1.- F-VIIb-3m c/n 5263: F.VII PH-AFS “Specht” was operated by KLM for some 5 ½ years until it was officially sold to Crilly Airways in August 1936 together with c/n 5187 PH-AGR “Reiger”. After delivery at Burgos it was coded 20-1 because the original 20-1 as operated by the Aviacion Militar was fallen into Republican hands. This aircraft was incorporated into the Grupo Mixto Fokker / Dragon and already lost before the 7th of October but its final fate is unrecorded.

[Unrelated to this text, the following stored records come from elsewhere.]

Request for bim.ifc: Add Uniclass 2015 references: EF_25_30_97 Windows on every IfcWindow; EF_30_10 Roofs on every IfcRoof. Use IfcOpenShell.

First a look at what the model holds.

```python
import ifcopenshell

model = ifcopenshell.open("bim.ifc")
print(model.schema)
print("classifications:", [c.Name for c in model.by_type("IfcClassification")])
for ifc_class in ("IfcDoor", "IfcRoof", "IfcStair", "IfcWall", "IfcWindow"):
    print(ifc_class, len(model.by_type(ifc_class)))
```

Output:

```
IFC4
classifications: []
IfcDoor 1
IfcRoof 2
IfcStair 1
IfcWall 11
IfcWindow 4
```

```python
import ifcopenshell
import ifcopenshell.api.classification

model = ifcopenshell.open("bim.ifc")

system = ifcopenshell.api.classification.add_classification(model, classification="Uniclass 2015")

codes = {
    "IfcWindow": ("EF_25_30_97", "Windows"),
    "IfcRoof": ("EF_30_10", "Roofs"),
}
for ifc_class, (code, name) in codes.items():
    products = model.by_type(ifc_class)
    ifcopenshell.api.classification.add_reference(
        model, products=products, classification=system, identification=code, name=name
    )
    print(code, len(products))

model.write("bim-out.ifc")
```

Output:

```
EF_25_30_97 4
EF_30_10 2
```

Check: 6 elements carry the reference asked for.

2.- F-VIIb-3m c/n 5350: By coincidence the last four Fokker F.VII-3ms built by the parent company in Amsterdam were all delivered to Spain (3 were destined for LAPE and the last one for the Aviación Militar: Of this quarter EC-AAU was the first in line of the LAPE aircraft which were delivered in November 1933. After the 19th of June 1937 all Republican Fokker trimotors appear to have been relegated to transport training tasks, fulfilling the latter at the Escuela de Polimotores at Totana, Murcia. No single Republican F.VII survived the war.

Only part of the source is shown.